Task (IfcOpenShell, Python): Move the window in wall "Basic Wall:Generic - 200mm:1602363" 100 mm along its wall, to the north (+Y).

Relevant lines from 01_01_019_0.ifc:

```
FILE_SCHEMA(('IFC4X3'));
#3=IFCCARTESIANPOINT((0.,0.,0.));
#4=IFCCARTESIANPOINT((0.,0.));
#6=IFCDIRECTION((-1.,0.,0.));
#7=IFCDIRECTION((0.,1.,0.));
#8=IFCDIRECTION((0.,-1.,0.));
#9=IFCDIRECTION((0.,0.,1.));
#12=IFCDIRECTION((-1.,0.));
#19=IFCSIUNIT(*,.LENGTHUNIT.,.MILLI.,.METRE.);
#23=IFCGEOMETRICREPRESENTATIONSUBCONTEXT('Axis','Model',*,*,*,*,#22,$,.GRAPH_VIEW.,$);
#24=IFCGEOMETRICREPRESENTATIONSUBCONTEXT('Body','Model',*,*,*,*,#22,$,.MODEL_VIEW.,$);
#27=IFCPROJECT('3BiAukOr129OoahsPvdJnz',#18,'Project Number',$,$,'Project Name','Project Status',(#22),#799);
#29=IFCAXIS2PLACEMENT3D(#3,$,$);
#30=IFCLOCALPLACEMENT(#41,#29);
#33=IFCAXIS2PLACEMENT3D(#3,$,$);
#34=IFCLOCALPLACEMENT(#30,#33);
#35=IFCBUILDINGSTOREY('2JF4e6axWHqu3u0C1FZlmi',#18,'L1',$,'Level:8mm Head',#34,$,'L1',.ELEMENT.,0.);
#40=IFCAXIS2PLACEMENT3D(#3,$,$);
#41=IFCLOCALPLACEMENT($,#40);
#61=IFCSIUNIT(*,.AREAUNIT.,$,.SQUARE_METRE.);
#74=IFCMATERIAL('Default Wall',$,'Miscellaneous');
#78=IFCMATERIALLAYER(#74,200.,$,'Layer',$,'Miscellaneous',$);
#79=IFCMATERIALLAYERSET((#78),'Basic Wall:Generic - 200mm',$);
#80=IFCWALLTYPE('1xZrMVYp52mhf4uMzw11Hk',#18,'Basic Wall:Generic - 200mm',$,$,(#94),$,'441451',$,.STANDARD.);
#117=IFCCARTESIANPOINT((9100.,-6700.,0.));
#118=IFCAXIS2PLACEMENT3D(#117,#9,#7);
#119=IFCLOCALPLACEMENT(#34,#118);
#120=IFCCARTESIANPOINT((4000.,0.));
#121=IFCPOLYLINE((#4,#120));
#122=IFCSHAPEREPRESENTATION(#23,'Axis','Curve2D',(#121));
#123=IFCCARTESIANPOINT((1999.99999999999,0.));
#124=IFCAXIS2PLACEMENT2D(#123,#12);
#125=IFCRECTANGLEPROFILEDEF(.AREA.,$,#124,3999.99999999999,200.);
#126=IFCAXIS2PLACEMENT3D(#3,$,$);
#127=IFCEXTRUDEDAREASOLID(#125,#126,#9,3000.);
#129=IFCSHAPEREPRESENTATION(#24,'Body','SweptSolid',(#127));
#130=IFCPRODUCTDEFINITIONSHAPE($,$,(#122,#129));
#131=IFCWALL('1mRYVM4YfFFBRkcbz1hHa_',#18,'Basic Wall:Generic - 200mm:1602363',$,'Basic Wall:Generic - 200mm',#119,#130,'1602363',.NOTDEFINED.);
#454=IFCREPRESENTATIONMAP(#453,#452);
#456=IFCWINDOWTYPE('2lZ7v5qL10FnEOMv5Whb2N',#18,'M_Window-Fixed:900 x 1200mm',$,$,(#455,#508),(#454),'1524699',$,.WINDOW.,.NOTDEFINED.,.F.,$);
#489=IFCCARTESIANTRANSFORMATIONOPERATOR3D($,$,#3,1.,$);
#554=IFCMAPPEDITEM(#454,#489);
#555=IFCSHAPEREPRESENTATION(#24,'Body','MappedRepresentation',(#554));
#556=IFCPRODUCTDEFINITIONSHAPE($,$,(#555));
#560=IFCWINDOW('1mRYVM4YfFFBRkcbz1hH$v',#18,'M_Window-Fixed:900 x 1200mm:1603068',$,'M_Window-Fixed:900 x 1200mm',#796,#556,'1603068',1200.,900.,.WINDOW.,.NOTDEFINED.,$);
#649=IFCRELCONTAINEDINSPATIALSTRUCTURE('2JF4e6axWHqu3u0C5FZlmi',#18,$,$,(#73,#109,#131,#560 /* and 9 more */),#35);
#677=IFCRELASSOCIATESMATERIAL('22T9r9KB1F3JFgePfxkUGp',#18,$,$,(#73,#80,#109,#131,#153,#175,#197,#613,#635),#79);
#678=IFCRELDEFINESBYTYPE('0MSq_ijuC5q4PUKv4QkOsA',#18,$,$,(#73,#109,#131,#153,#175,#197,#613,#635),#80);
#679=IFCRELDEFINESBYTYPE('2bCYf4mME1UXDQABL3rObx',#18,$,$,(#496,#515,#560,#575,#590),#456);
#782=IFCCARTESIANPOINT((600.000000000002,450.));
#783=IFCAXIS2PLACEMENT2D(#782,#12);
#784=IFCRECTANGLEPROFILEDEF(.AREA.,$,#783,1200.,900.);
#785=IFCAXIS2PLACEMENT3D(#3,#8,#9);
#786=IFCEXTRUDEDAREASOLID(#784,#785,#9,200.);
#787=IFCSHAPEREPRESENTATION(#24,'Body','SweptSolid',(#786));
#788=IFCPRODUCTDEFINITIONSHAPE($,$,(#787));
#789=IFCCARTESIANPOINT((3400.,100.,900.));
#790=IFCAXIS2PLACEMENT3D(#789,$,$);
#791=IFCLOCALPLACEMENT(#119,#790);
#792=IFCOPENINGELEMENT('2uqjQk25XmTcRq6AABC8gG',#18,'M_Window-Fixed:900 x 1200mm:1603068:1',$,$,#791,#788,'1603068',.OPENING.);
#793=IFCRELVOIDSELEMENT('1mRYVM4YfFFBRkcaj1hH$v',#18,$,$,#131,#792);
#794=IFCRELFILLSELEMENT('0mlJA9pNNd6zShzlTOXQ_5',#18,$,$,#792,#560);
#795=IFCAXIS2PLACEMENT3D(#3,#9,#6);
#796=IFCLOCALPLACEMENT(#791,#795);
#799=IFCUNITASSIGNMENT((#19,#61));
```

```python
import ifcopenshell
import ifcopenshell.api.geometry
import ifcopenshell.util.placement
import ifcopenshell.util.unit

model = ifcopenshell.open("01_01_019_0.ifc")
unit_scale = ifcopenshell.util.unit.calculate_unit_scale(model)

window = model.by_guid("1mRYVM4YfFFBRkcbz1hH$v")
opening = window.FillsVoids[0].RelatingOpeningElement
wall = opening.VoidsElements[0].RelatingBuildingElement

wall_matrix = ifcopenshell.util.placement.get_local_placement(wall.ObjectPlacement)
shift = wall_matrix[:3, 0] * 0.1 / unit_scale
before = ifcopenshell.util.placement.get_local_placement(window.ObjectPlacement)[:3, 3].copy()

# The window is placed relative to its opening, so it follows when the opening moves.
matrix = ifcopenshell.util.placement.get_local_placement(opening.ObjectPlacement)
matrix[:3, 3] += shift
ifcopenshell.api.geometry.edit_object_placement(
    model, product=opening, matrix=matrix, is_si=False, should_transform_children=True
)

after = ifcopenshell.util.placement.get_local_placement(window.ObjectPlacement)[:3, 3]
print("window moved by", (after - before).round(3) + 0.0)

model.write("01_01_019_0_edited.ifc")
```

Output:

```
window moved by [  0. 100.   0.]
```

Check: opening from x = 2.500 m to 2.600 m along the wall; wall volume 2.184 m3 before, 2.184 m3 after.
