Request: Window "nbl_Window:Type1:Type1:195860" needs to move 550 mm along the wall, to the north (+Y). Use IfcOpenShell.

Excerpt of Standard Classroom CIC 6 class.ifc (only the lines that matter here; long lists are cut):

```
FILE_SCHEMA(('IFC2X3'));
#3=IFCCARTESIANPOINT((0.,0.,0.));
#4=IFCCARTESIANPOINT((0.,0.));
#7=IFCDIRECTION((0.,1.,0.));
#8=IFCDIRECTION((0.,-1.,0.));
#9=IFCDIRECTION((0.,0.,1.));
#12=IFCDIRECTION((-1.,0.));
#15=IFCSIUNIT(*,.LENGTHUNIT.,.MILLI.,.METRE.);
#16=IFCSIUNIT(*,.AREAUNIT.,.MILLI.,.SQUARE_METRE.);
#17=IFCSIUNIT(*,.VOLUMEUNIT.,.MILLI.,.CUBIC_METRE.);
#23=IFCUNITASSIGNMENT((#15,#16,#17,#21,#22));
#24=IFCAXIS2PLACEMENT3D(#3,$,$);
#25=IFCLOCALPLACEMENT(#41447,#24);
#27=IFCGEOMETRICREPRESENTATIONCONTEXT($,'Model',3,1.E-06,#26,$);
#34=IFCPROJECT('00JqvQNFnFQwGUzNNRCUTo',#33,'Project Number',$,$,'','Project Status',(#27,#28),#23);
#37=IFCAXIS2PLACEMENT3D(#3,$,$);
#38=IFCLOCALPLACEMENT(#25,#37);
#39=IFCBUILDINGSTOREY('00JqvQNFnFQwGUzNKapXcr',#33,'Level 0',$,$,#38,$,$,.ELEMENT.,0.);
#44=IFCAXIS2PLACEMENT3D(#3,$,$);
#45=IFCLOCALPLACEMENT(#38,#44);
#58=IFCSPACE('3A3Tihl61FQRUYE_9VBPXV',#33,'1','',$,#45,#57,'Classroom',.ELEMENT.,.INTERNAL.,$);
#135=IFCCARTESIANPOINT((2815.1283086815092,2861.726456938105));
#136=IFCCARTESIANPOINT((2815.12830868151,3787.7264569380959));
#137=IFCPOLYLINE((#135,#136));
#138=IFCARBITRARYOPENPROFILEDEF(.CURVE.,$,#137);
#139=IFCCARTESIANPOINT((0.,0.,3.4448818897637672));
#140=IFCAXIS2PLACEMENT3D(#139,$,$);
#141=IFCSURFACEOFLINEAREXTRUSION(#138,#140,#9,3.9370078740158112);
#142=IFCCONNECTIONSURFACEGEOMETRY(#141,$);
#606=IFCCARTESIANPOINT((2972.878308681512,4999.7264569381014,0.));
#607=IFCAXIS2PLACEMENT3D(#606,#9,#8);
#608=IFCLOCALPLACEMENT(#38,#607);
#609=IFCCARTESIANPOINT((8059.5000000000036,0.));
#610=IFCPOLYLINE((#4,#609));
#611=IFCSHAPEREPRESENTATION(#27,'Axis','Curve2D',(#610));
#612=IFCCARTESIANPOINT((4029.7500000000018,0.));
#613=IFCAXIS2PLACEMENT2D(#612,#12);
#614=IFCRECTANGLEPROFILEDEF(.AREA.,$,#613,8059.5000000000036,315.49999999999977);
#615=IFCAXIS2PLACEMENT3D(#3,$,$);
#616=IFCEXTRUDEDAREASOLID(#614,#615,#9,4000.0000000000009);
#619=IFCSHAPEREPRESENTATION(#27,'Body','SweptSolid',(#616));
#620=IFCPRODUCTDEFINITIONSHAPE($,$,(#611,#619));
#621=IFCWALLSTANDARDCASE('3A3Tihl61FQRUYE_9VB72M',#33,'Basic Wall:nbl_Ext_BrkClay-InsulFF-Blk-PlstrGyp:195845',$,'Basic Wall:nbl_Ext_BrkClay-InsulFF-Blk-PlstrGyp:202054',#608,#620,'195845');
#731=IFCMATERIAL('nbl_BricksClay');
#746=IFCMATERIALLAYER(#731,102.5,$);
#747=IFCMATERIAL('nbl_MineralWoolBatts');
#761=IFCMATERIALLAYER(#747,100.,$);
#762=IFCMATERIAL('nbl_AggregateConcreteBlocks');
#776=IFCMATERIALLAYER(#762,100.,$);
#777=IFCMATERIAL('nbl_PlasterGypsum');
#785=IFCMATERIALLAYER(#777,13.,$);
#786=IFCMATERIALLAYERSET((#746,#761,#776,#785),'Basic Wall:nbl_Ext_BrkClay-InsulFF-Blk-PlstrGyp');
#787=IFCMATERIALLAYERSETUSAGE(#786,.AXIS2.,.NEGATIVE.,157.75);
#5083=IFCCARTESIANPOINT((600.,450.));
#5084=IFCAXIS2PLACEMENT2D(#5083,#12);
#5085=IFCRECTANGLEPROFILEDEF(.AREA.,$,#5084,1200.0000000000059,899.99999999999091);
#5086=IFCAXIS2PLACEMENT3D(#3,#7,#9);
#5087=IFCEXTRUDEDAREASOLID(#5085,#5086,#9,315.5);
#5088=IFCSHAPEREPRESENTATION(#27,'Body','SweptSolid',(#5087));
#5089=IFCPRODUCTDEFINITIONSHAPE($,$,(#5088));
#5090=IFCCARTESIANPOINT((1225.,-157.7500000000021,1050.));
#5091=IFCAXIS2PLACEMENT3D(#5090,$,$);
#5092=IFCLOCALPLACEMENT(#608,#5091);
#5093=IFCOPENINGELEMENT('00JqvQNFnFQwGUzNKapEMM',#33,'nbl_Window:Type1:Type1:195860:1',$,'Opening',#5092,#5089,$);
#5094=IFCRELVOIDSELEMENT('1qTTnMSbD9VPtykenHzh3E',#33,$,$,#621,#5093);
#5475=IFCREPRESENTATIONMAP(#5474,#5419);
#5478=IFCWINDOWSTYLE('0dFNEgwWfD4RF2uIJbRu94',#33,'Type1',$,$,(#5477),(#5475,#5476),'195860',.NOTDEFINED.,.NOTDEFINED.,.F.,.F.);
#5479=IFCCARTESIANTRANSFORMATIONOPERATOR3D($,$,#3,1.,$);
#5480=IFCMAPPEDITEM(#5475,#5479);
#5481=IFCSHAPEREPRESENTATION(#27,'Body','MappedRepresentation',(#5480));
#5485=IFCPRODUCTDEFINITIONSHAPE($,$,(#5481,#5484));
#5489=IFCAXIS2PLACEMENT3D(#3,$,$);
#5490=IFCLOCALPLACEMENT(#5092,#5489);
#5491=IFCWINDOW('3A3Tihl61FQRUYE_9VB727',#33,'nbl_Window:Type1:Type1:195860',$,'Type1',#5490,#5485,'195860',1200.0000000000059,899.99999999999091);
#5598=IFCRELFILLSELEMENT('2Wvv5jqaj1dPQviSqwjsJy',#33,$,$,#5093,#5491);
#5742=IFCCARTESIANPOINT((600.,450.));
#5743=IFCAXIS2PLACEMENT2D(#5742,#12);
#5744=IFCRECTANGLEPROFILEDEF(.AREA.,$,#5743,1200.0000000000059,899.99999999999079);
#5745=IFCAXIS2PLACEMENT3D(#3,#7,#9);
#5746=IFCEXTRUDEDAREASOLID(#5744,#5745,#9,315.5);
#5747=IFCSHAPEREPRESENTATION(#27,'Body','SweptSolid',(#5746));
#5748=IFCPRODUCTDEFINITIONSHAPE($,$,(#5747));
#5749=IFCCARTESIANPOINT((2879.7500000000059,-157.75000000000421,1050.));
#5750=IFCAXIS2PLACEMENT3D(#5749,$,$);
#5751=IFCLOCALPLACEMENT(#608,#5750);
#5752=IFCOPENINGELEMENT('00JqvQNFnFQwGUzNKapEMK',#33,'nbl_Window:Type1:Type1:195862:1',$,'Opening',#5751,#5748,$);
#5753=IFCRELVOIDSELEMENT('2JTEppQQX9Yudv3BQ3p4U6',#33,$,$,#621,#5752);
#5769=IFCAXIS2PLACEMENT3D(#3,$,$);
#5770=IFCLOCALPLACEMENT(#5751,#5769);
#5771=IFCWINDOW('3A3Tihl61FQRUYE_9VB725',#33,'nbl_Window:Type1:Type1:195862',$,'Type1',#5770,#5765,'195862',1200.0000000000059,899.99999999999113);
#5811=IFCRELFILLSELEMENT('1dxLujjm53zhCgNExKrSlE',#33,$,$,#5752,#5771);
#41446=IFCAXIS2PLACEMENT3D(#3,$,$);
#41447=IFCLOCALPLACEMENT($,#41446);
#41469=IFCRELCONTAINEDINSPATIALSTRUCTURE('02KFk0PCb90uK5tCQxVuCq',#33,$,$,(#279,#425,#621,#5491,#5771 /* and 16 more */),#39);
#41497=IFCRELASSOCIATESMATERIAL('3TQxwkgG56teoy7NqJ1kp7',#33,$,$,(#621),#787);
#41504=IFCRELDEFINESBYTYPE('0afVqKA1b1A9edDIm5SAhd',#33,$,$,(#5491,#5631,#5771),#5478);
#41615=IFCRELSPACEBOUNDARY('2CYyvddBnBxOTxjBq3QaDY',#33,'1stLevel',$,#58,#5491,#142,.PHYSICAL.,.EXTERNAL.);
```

```python
import numpy as np
import ifcopenshell
import ifcopenshell.api.geometry
import ifcopenshell.util.placement
import ifcopenshell.util.unit

model = ifcopenshell.open("Standard Classroom CIC 6 class.ifc")
unit_scale = ifcopenshell.util.unit.calculate_unit_scale(model)

window = model.by_guid("3A3Tihl61FQRUYE_9VB727")
opening = window.FillsVoids[0].RelatingOpeningElement
wall = opening.VoidsElements[0].RelatingBuildingElement

wall_matrix = ifcopenshell.util.placement.get_local_placement(wall.ObjectPlacement)
shift = wall_matrix[:3, 0] * -0.55 / unit_scale
before = ifcopenshell.util.placement.get_local_placement(window.ObjectPlacement)[:3, 3].copy()

# The window is placed relative to its opening, so it follows when the opening moves.
matrix = ifcopenshell.util.placement.get_local_placement(opening.ObjectPlacement)
matrix[:3, 3] += shift
ifcopenshell.api.geometry.edit_object_placement(
    model, product=opening, matrix=matrix, is_si=False, should_transform_children=True
)

# Space boundary surfaces are stored in each space's coordinates; move them too.
for rel in window.ProvidesBoundaries:
    if not rel.ConnectionGeometry:
        continue
    surface = rel.ConnectionGeometry.SurfaceOnRelatingElement
    space_matrix = ifcopenshell.util.placement.get_local_placement(rel.RelatingSpace.ObjectPlacement)
    point = np.array(surface.Position.Location.Coordinates) + space_matrix[:3, :3].T @ shift
    surface.Position = model.createIfcAxis2Placement3D(
        model.createIfcCartesianPoint(point.tolist()), surface.Position.Axis, surface.Position.RefDirection
    )

after = ifcopenshell.util.placement.get_local_placement(window.ObjectPlacement)[:3, 3]
print("window moved by", (after - before).round(3) + 0.0)

model.write("Standard Classroom CIC 6 class_updated.ifc")
```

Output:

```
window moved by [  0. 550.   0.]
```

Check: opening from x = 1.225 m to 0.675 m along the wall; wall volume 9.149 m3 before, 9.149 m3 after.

◆ ◆ ◆

TASK DIRECTIONS
Look through the data above. Each line containing the word "MILLI" needs to be copied.

SOLUTION TO THE EXERCISE
#19=IFCSIUNIT(*,.LENGTHUNIT.,.MILLI.,.METRE.);
#15=IFCSIUNIT(*,.LENGTHUNIT.,.MILLI.,.METRE.);
#16=IFCSIUNIT(*,.AREAUNIT.,.MILLI.,.SQUARE_METRE.);
#17=IFCSIUNIT(*,.VOLUMEUNIT.,.MILLI.,.CUBIC_METRE.);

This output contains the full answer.